L'exception fiscale québécoise : un contrat social à la croisée des chemins

Rédigé le 27/10/2025
Mario Brisebois


Chaque année, au moment de produire leur double déclaration de revenus — une unique bureaucratie au pays —, les Québécois ressentent ce mélange familier de fierté et de vertige. La fierté d'appartenir à une société distincte, et le vertige de constater, année après année, que le Québec demeure l'endroit en Amérique du Nord où la main de l'État est la plus lourde.

Les chiffres sont têtus et alimentent régulièrement les palmarès de l'Institut Fraser ou les colonnes financières : le Québec est le champion canadien de la taxation. Avec un taux d'imposition marginal combiné dépassant les 53 % pour les hauts salariés et des taxes à la consommation frôlant les 15 %, la province se situe bien au-delà de la moyenne canadienne, et à des années-lumière de l'Alberta.

Pourtant, limiter l'analyse à la simple ligne « impôt à payer » relève de la myopie économique. Pour comprendre la réalité fiscale du Québec, il faut regarder ce qui sort de nos poches, mais aussi ce qui n'a pas besoin d'en sortir.

Le coût de la civilisation ou un frein à la richesse ?

Les études de la Chaire de recherche en fiscalité et en finances publiques de l'Université de Sherbrooke (CFFP) rappellent régulièrement une nuance cruciale : le « salaire social ». Si l'Ontarien garde une plus grande part de sa paie brute, le Québécois, lui, bénéficie de services fortement subventionnés qui, ailleurs, sont facturés à l'utilisateur.

C'est ici que le « modèle québécois » prend tout son sens. L'électricité la moins chère du continent, des garderies à tarif réduit (malgré les listes d'attente), des frais de scolarité universitaires parmi les plus bas et une assurance médicaments publique constituent un retour sur investissement. Pour une famille de la classe moyenne avec deux jeunes enfants, le « revenu disponible » réel au Québec est souvent comparable, voire supérieur, à celui de ses voisins, une fois payées la garde et l'énergie.

En ce sens, la fiscalité québécoise n'est pas un vol, c'est un choix de société. C'est le choix de mutualiser les risques et les coûts, de privilégier l'équité sur la disparité.
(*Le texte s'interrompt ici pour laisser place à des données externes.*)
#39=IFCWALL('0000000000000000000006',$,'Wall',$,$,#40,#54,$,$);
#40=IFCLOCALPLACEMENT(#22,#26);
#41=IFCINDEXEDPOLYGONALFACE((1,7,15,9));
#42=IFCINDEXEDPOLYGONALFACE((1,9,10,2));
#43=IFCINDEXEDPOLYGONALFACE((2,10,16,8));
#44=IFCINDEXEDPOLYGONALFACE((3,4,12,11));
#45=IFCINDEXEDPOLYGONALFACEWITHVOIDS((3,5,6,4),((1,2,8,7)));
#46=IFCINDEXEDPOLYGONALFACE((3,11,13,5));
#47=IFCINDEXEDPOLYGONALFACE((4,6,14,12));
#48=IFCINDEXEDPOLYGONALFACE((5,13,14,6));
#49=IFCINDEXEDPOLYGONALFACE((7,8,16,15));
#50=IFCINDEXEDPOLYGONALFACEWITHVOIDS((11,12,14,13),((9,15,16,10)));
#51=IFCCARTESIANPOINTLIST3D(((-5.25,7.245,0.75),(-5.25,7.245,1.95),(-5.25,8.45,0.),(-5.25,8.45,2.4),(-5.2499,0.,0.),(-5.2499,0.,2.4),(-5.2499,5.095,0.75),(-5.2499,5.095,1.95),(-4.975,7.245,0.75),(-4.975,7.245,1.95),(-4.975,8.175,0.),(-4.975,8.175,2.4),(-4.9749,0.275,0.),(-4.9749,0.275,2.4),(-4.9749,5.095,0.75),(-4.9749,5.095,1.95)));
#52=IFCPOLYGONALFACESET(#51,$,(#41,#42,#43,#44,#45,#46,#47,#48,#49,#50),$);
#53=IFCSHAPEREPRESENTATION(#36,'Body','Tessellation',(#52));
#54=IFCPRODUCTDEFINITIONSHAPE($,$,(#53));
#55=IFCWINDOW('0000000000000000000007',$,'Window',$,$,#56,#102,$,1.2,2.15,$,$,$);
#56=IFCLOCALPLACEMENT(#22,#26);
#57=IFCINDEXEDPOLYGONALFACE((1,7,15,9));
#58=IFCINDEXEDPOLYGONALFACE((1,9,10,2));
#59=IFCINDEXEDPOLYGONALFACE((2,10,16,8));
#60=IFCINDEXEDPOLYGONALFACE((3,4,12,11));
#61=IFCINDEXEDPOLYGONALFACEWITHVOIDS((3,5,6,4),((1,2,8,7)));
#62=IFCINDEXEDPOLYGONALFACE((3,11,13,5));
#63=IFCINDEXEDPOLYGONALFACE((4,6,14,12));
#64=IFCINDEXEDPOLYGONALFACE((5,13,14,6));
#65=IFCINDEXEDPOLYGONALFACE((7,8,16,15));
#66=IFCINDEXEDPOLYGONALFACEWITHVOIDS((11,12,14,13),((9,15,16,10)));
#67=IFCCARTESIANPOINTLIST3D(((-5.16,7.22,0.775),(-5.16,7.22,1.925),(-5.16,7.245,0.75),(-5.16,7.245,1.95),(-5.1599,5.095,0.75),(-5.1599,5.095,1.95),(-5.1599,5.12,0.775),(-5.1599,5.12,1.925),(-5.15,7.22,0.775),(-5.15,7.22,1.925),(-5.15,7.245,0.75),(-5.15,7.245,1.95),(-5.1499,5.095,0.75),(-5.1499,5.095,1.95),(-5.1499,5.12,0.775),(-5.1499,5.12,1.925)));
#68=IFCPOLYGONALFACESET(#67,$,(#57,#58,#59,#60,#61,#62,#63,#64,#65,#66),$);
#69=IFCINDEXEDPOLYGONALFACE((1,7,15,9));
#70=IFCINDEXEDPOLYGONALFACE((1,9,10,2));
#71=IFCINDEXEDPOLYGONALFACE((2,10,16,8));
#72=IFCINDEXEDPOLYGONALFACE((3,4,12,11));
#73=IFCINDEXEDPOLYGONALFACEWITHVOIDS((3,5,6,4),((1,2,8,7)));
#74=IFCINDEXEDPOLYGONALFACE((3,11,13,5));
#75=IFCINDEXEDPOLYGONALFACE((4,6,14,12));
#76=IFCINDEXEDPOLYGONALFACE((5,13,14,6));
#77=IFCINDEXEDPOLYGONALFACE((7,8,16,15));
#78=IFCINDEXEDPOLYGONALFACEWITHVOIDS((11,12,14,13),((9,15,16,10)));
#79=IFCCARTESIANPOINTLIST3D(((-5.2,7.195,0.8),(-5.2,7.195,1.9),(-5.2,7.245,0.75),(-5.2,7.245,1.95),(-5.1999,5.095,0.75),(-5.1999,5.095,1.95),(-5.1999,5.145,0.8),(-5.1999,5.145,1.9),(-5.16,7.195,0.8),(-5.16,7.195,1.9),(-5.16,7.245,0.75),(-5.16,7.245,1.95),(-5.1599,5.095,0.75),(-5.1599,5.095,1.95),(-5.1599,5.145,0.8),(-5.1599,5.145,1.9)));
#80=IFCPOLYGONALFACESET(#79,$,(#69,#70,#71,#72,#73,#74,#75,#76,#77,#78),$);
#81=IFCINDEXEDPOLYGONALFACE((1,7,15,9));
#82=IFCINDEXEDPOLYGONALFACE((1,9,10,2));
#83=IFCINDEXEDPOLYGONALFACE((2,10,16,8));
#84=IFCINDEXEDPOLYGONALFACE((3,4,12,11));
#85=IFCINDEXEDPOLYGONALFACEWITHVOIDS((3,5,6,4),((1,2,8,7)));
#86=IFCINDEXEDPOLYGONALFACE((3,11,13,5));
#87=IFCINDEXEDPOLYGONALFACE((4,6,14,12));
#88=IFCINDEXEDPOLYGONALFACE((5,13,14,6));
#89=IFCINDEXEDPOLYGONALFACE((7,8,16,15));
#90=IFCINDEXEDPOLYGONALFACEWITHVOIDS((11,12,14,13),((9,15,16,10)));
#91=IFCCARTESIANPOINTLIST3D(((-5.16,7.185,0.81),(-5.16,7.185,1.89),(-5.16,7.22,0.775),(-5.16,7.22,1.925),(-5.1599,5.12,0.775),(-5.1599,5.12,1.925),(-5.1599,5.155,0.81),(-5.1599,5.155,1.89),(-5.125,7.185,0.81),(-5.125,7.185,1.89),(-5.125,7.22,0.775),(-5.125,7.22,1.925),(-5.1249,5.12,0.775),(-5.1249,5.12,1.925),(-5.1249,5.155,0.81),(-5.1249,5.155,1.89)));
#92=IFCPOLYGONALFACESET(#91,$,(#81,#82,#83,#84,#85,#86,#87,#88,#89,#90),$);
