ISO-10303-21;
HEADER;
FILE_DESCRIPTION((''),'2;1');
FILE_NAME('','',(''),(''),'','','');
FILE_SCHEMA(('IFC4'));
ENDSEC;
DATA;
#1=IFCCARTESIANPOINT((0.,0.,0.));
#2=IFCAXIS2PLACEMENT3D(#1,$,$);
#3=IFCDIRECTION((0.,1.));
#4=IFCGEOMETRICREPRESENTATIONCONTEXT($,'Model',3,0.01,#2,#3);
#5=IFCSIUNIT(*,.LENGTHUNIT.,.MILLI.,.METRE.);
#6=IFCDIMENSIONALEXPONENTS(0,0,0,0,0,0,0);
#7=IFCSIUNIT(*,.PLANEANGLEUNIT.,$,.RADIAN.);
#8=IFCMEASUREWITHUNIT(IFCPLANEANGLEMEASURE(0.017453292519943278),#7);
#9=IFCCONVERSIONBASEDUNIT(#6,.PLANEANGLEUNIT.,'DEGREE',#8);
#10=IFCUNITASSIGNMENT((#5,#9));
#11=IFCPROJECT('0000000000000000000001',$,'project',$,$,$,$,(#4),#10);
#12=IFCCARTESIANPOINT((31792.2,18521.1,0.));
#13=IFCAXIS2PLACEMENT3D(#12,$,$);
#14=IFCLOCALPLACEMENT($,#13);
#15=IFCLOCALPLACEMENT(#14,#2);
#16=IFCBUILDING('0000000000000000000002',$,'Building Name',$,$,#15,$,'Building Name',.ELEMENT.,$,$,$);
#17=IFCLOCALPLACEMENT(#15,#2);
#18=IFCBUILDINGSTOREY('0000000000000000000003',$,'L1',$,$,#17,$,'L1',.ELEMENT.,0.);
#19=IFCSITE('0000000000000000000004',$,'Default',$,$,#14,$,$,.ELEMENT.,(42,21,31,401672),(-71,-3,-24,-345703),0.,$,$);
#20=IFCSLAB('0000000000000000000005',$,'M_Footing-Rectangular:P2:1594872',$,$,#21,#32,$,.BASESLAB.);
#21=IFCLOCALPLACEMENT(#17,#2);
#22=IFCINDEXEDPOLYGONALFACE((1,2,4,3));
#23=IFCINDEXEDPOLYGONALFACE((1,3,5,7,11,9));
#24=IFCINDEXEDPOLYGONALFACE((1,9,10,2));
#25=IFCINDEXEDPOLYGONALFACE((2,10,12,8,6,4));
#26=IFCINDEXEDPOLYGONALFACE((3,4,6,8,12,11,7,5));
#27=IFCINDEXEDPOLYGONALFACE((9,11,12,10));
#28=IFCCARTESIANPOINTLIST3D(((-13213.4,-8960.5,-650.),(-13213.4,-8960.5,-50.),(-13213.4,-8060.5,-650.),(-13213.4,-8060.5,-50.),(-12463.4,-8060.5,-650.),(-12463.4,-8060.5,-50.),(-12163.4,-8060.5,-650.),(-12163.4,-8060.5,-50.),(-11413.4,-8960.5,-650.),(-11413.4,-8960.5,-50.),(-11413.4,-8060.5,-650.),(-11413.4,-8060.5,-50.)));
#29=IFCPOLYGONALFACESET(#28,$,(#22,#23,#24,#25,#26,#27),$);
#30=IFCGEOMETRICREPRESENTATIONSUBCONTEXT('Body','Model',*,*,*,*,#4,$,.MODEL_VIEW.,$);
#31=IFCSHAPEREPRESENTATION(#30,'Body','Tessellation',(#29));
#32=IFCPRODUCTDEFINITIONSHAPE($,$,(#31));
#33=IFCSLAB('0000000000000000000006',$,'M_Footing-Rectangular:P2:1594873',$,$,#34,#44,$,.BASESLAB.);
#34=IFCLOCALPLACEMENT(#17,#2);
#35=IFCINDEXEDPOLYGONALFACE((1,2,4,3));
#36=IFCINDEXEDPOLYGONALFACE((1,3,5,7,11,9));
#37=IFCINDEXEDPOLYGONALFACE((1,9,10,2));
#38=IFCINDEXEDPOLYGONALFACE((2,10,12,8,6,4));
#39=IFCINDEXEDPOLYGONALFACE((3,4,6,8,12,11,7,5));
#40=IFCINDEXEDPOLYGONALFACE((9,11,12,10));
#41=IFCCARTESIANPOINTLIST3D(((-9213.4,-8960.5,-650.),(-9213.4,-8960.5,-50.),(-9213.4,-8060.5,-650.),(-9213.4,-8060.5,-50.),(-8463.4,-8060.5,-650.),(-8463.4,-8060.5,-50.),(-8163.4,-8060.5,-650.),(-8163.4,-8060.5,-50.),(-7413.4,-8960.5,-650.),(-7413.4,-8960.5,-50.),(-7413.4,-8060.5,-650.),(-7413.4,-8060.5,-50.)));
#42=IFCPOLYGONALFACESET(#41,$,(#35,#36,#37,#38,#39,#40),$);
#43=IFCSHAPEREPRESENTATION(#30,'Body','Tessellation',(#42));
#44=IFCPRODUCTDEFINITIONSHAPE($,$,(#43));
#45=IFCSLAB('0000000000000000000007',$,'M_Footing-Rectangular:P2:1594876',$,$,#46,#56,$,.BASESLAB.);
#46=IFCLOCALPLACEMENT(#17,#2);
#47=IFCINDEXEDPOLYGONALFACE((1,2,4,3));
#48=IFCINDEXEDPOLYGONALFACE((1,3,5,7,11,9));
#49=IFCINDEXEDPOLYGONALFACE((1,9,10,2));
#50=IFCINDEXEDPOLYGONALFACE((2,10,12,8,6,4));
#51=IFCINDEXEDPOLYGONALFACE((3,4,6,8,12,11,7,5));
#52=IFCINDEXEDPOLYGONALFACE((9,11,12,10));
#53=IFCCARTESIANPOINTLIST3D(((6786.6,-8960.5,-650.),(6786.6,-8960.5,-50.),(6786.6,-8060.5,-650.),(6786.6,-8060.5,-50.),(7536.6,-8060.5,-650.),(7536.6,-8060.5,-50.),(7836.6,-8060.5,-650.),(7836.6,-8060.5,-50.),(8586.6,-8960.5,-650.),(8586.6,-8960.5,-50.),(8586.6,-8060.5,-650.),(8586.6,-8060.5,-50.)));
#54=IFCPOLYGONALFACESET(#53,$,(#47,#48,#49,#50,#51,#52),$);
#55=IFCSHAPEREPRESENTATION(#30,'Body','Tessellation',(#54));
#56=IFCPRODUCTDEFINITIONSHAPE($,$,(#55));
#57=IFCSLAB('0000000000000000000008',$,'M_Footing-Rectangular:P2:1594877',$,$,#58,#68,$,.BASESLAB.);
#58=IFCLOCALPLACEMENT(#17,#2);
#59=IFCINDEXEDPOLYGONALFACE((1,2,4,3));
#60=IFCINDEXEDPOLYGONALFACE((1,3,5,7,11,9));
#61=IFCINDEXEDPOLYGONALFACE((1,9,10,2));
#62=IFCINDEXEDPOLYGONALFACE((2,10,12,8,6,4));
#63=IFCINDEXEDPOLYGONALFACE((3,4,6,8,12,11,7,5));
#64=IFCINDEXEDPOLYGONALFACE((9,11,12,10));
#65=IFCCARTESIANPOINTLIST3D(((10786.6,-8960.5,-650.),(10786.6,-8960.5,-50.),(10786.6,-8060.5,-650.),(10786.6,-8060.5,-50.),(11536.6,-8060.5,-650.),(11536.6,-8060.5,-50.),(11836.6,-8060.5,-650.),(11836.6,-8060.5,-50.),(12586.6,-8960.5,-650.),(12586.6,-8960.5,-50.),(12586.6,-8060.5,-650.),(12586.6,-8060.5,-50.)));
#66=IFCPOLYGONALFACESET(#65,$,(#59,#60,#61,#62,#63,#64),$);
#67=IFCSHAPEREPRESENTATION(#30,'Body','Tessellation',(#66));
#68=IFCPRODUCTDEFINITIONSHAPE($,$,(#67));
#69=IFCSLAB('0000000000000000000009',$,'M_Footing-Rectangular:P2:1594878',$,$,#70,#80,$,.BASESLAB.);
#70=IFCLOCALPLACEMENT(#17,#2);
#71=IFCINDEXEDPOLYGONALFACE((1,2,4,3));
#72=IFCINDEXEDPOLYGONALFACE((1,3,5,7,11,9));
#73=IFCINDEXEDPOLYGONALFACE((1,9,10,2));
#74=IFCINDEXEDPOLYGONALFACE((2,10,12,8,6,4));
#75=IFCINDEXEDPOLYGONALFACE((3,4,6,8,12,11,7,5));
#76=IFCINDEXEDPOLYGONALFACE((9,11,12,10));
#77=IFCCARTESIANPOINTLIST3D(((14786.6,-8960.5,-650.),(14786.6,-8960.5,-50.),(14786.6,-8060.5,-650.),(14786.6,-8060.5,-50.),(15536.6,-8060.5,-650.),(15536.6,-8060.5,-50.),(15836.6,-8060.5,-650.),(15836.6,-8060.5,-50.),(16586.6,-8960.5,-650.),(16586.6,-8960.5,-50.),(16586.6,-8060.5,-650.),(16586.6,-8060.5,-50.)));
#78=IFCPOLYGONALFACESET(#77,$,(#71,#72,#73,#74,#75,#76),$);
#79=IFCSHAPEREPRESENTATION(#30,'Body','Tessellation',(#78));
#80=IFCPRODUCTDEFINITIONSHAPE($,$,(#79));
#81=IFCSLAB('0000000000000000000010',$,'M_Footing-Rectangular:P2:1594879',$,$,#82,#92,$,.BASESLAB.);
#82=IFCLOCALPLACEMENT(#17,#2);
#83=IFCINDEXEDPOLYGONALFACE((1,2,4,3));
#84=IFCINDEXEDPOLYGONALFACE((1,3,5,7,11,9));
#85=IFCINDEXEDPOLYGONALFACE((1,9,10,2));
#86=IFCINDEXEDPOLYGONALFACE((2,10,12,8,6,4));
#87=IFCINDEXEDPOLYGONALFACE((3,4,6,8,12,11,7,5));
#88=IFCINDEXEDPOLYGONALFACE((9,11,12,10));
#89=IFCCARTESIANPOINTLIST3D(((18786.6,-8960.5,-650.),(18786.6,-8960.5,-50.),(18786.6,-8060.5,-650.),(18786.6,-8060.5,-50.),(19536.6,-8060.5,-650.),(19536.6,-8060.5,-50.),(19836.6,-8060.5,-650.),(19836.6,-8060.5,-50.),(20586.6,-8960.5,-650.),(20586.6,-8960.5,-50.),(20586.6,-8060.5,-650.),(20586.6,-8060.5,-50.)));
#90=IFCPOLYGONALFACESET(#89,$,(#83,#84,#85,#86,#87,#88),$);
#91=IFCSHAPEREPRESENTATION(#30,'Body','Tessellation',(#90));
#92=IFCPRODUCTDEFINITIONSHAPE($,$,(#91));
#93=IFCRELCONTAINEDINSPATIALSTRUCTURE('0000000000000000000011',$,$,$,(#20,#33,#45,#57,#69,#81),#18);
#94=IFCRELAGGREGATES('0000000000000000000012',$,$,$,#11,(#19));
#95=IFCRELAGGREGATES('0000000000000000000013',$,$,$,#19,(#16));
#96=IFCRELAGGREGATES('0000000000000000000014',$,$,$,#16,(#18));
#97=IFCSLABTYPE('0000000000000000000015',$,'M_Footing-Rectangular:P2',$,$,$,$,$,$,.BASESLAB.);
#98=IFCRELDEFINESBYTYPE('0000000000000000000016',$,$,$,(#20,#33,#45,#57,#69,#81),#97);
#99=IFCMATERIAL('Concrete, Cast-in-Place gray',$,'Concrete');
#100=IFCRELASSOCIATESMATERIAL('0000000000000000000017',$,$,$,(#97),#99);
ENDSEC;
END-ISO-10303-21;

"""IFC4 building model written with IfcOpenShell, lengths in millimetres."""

from ifc_helpers import new_model, entity, si_unit, converted_unit, direction, frame, origin, place, context, subcontext, project, spatial, indexed_curve, outline, extrude, material, type_object, element, save


model = new_model("IFC4")

# Units and contexts
model_context = context("Model", 3, precision=0.01, world=origin(), true_north=direction((0.0, 1.0)))
body_context = subcontext(model_context, "Body", "Model", "MODEL_VIEW")
ifc_project = project(units=[si_unit("LENGTHUNIT", "METRE", prefix="MILLI"), converted_unit("PLANEANGLEUNIT", "DEGREE", entity("IfcPlaneAngleMeasure", 0.017453292519943278), si_unit("PLANEANGLEUNIT", "RADIAN"), dimensions=[0, 0, 0, 0, 0, 0, 0])], contexts=[model_context])

# Site, building, storey
site_placement = place(None, frame((31792.2, 18521.1, 0.0)))
site = spatial("IfcSite", under=ifc_project, at=site_placement, Name="Default", CompositionType="ELEMENT", RefLatitude=(42, 21, 31, 401672), RefLongitude=(-71, -3, -24, -345703), RefElevation=0.0)
building_placement = place(site_placement, origin())
building = spatial("IfcBuilding", under=site, at=building_placement, Name="Building Name", LongName="Building Name", CompositionType="ELEMENT")
storey_placement = place(building_placement, origin())
storey = spatial("IfcBuildingStorey", under=building, at=storey_placement, Name="L1", LongName="L1", CompositionType="ELEMENT", Elevation=0.0)

# Shared definitions
ifc_material = material(Name="Concrete, Cast-in-Place gray", Category="Concrete")

# Slabs
slab_type_1 = type_object("IfcSlabType", Name="M_Footing-Rectangular:P2", PredefinedType="BASESLAB", material=ifc_material)
slab_1_placement = place(storey_placement, origin())
element("IfcSlab", 1, at=slab_1_placement, inside=storey, type_object=slab_type_1, Name="M_Footing-Rectangular:P2:1594872", PredefinedType="BASESLAB", context=body_context, shape_type="SweptSolid", body=[
    extrude(outline(indexed_curve([(-300.0, -900.0), (600.0, -900.0), (600.0, 900.0), (-300.0, 900.0), (-300.0, 150.0), (-300.0, -150.0), (-300.0, -900.0)], self_intersect=False)), frame((-12313.4, -8360.5, -650.0), z_axis=(0.0, 0.0, 1.0), x_axis=(0.0, -1.0, 0.0)), (0.0, 0.0, 1.0), 600.0),
])
slab_2_placement = place(storey_placement, origin())
element("IfcSlab", 2, at=slab_2_placement, inside=storey, type_object=slab_type_1, Name="M_Footing-Rectangular:P2:1594873", PredefinedType="BASESLAB", context=body_context, shape_type="SweptSolid", body=[
    extrude(outline(indexed_curve([(-300.0, -900.0), (600.0, -900.0), (600.0, 900.0), (-300.0, 900.0), (-300.0, 150.0), (-300.0, -150.0), (-300.0, -900.0)], self_intersect=False)), frame((-8313.4, -8360.5, -650.0), z_axis=(0.0, 0.0, 1.0), x_axis=(0.0, -1.0, 0.0)), (0.0, 0.0, 1.0), 600.0),
])
slab_3_placement = place(storey_placement, origin())
element("IfcSlab", 3, at=slab_3_placement, inside=storey, type_object=slab_type_1, Name="M_Footing-Rectangular:P2:1594876", PredefinedType="BASESLAB", context=body_context, shape_type="SweptSolid", body=[
    extrude(outline(indexed_curve([(-300.0, -900.0), (600.0, -900.0), (600.0, 900.0), (-300.0, 900.0), (-300.0, 150.0), (-300.0, -150.0), (-300.0, -900.0)], self_intersect=False)), frame((7686.6, -8360.5, -650.0), z_axis=(0.0, 0.0, 1.0), x_axis=(0.0, -1.0, 0.0)), (0.0, 0.0, 1.0), 600.0),
])
slab_4_placement = place(storey_placement, origin())
element("IfcSlab", 4, at=slab_4_placement, inside=storey, type_object=slab_type_1, Name="M_Footing-Rectangular:P2:1594877", PredefinedType="BASESLAB", context=body_context, shape_type="SweptSolid", body=[
    extrude(outline(indexed_curve([(-300.0, -900.0), (600.0, -900.0), (600.0, 900.0), (-300.0, 900.0), (-300.0, 150.0), (-300.0, -150.0), (-300.0, -900.0)], self_intersect=False)), frame((11686.6, -8360.5, -650.0), z_axis=(0.0, 0.0, 1.0), x_axis=(0.0, -1.0, 0.0)), (0.0, 0.0, 1.0), 600.0),
])
slab_5_placement = place(storey_placement, origin())
element("IfcSlab", 5, at=slab_5_placement, inside=storey, type_object=slab_type_1, Name="M_Footing-Rectangular:P2:1594878", PredefinedType="BASESLAB", context=body_context, shape_type="SweptSolid", body=[
    extrude(outline(indexed_curve([(-300.0, -900.0), (600.0, -900.0), (600.0, 900.0), (-300.0, 900.0), (-300.0, 150.0), (-300.0, -150.0), (-300.0, -900.0)], self_intersect=False)), frame((15686.6, -8360.5, -650.0), z_axis=(0.0, 0.0, 1.0), x_axis=(0.0, -1.0, 0.0)), (0.0, 0.0, 1.0), 600.0),
])
slab_6_placement = place(storey_placement, origin())
element("IfcSlab", 6, at=slab_6_placement, inside=storey, type_object=slab_type_1, Name="M_Footing-Rectangular:P2:1594879", PredefinedType="BASESLAB", context=body_context, shape_type="SweptSolid", body=[
    extrude(outline(indexed_curve([(-300.0, -900.0), (600.0, -900.0), (600.0, 900.0), (-300.0, 900.0), (-300.0, 150.0), (-300.0, -150.0), (-300.0, -900.0)], self_intersect=False)), frame((19686.6, -8360.5, -650.0), z_axis=(0.0, 0.0, 1.0), x_axis=(0.0, -1.0, 0.0)), (0.0, 0.0, 1.0), 600.0),
])

save(model, "model.ifc")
L'angle mort : la productivité et les célibataires

Toutefois, l'édifice montre des fissures inquiétantes. Si le modèle favorise les familles, il est particulièrement punitif pour les célibataires et les hauts salariés sans enfants, qui subissent la lourdeur de l'impôt sans bénéficier de la plupart des subventions sociales. Cela pose un risque réel pour l'attractivité du Québec dans la « guerre des talents ».

De plus, comme le soulignent souvent les analystes économiques de La Presse ou du Devoir, le problème du Québec n'est pas tant qu'il taxe trop, mais qu'il produit moins. L'écart de richesse (PIB par habitant) avec l'Ontario oblige le gouvernement québécois à imposer un effort fiscal plus grand pour offrir des services équivalents. En somme, nous devons courir plus vite fiscale pour rester à la même place en termes de services.

L'obligation de résultat

Le véritable scandale n'est pas le taux d'imposition en soi. Les Québécois, dans leur majorité, semblent accepter ce contrat social d'inspiration scandinave. Le point de rupture réside dans la qualité des services reçus.

Lorsque l'on paie des impôts de « Cadillac » pour obtenir des services de santé engorgés, des routes en décrépitude et des écoles en manque de ressources, le consentement à l'impôt s'effrite. Le contribuable québécois ne demande pas nécessairement de payer moins, mais il exige d'en avoir pour son argent.

Le Québec ne peut pas se permettre d'être à la fois l'État le plus taxé et l'un des moins efficaces dans la prestation de services. Tant que la lourdeur fiscale servira à financer un filet social robuste, le modèle tiendra. Mais si elle ne sert qu'à financer la lourdeur administrative, c'est tout le contrat social qui devra être révisé.

En comparaison avec le reste du Canada, le Québec a fait le pari de la solidarité. C'est un pari noble, mais qui vient avec une facture salée et, surtout, une obligation de performance que l'État peine de plus en plus à honorer.